University of Michigan
GOP Chair Ron Weiser.
The University of Michigan Board of Regents will gather for a special meeting Friday morning to consider censuring Michigan GOP Chair and fellow Regent Ron Weiser following his contentious remarks about elected officials.
Weiser came under fire last week after video surfaced
of him calling the state’s top Democratic officials “witches” and referring to “assassination” as an option for removing two Republican congressmen who voted to impeach former President Donald Trump.
The board does not have the authority to remove Weiser, who was elected to a eight-year term on the Board of Regents in 2016. He’s one of two Republicans on the eight-member board. The other six members are Democrats.
A censure vote is a symbolic gesture of disapproval.
Weiser, who has rejected a deluge of calls to resign and initially claimed his comments were taken out of context, issued a statement Saturday, a day after The Detroit News reported
on his remarks.
“In an increasingly vitriolic political environment, we should all do better to treat each other with respect, myself included. I fell short of that the other night,” Weiser said. “I apologize to those I offended for the flippant analogy about three women who are elected officials and for the off-hand comments about two other leaders. I have never advocated for violence and never will.”
Michigan GOP Co-Chair Meshawn Maddock, who has a history of making divisive remarks
, defended Weiser’s comments on Friday, calling the media attention “a distraction.”
“Too bad all the snowflakes in the mainstream media see misogyny where it doesn't exist,” Maddock tweeted. “Calling someone a witch is NOT misogynist. This is more of the same from the left – instantly label everything as ‘misogyny’ or ‘racist.’ This hurts real efforts to become a more just society.”
In a speech at the North Oakland Republican Club on March 25, Weiser expressed his desire to oust Gov. Gretchen Whitmer, Michigan Attorney General Dana Nessel, and Michigan Secretary of State Jocelyn Benson, whose first terms end in 2022.
“Our job now is to soften up those three witches and make sure we have good candidates to run against them, that they are ready for the burning at the stake,” Weiser said about the women.
In the same meeting, an audience member asked Weiser how to deal with the “witches in our own party,” referring to Michigan Republican U.S. Reps. Peter Meijer and Fed Upton, who voted to impeach Trump.
“Other than assassination, I have no other way than voting them out,” Weiser said.
The comments drew intense criticism. In an interview on CNN on Wednesday, Whitmer referred to the 13 men who have been arrested for allegedly plotting to kidnap her and said the contentious rhetoric from Weiser and other Republicans is “continuing to throw gas on this fire.” “And it is dangerous, it’s unacceptable, and I’ve been, for almost a year now, calling on people to bring down the heat,” Whitmer said.

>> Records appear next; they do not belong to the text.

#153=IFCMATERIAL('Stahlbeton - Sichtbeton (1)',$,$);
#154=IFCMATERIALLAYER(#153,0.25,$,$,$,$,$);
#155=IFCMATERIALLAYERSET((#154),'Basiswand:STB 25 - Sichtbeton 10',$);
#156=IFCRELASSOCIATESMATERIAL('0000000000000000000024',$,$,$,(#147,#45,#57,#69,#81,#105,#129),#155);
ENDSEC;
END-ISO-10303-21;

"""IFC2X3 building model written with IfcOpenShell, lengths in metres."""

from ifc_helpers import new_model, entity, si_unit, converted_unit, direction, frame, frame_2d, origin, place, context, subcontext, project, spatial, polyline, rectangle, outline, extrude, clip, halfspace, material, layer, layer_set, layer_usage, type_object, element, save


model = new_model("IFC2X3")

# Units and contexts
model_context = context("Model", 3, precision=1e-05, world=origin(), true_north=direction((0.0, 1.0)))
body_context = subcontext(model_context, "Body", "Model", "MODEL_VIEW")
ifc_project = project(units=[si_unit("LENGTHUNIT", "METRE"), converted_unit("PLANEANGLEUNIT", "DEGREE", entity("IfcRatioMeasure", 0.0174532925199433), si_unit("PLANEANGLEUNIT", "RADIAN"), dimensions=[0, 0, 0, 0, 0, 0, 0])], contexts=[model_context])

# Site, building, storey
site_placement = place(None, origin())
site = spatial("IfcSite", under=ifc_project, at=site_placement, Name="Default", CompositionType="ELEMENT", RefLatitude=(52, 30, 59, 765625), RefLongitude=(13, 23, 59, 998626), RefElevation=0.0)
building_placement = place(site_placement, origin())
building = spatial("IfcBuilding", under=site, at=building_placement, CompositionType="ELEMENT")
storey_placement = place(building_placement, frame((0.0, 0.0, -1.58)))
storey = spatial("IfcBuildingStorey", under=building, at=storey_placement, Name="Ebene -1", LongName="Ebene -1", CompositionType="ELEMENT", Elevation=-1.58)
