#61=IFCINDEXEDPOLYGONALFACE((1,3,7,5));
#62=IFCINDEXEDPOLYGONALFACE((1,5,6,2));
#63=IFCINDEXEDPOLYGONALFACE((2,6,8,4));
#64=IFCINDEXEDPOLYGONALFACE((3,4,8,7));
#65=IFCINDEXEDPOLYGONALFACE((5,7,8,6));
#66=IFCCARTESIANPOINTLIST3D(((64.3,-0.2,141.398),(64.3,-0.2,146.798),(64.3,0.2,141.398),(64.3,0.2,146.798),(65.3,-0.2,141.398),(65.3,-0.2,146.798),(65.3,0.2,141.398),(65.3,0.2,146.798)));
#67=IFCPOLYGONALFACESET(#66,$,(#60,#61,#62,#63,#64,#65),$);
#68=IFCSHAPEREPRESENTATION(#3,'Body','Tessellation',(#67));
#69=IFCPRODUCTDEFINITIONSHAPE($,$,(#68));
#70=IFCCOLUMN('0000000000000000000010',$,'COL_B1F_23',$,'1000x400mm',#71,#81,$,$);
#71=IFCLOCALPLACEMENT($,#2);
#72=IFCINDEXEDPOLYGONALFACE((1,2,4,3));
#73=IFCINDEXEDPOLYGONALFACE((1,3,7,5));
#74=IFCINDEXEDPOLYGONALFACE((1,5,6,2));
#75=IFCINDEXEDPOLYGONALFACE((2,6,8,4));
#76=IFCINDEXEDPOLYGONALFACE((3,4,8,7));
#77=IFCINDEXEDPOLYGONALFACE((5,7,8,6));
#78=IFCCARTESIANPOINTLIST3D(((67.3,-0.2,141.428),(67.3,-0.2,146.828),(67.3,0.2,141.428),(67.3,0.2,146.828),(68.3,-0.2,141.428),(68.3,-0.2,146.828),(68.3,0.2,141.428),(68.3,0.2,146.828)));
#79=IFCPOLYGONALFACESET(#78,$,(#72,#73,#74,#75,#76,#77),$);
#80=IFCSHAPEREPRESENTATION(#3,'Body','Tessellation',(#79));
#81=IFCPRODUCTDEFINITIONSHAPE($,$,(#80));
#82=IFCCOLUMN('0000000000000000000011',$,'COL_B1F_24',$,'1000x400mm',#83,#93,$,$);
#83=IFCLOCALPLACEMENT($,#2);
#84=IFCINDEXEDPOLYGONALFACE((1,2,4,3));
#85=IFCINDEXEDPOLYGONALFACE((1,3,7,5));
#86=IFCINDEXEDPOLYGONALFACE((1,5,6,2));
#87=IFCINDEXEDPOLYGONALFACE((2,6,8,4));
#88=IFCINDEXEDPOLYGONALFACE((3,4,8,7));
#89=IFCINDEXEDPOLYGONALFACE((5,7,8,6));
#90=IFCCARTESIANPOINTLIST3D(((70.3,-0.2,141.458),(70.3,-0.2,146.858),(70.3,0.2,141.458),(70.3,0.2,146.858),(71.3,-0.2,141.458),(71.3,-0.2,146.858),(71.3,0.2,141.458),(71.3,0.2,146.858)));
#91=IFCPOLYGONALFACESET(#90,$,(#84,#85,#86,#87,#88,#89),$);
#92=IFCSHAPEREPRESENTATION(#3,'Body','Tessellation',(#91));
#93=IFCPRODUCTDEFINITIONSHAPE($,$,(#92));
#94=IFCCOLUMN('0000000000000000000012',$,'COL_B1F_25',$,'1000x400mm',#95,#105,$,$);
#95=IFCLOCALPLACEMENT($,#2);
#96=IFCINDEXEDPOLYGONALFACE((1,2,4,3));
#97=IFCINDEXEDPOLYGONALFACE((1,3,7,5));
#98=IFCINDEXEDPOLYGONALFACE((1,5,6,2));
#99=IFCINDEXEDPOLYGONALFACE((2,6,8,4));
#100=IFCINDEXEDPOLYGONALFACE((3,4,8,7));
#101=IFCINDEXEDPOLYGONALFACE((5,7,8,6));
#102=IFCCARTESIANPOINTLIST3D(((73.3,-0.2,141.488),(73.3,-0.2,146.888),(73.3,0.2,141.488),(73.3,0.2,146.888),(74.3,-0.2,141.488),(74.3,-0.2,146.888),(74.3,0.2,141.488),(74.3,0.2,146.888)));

In January 2020, Metro Times
revealed dozens of threats of violence
against Whitmer and other Democrats on a Facebook page. The public group, “People vs Gov. Gretchen Whitmer,” was rapidly growing and attracted nearly 9,000 conservatives of all kinds – elected officials, veterans, firefighters, law enforcement officers, educators, pastors, business owners, political candidates, militia members, blue-collar workers, and your garden variety trolls.
Nessel said Weiser’s comments will spur more threats of violence.
“As a gay, Jewish woman, I have long since learned to respond to hateful rhetoric with humor,” Nessel said. “But as a prosecutor, I know these remarks are certain to inspire further death threats which will eventually be acted upon.”
University of Michigan officials also criticized Weiser.
“Such words are particularly abhorrent in a climate where so recently the use of language has engendered violence and attempted violence directed at elected officials, our democratic institutions, and the individuals who guard them,” U-M President Mark Schlissel said in a statement.
U-M Board of Regent Jordan Acker called on Weiser to resign.
“Ron Weiser's reckless and dangerous language does not reflect the values of our Board and our Institution,” Acker tweeted
. “Comments about removal by ‘assassination’ are a literal attack on our Democracy, and are incredibly dangerous in light of the January 6th insurrection at the Capitol. And the FBI-thwarted attacks on our Governor. Furthermore, sexist language referring to the Governor, Attorney General, and Secretary of State as ‘witches’ has no place on our campus. This language and behavior is incompatible with service to the University of Michigan.”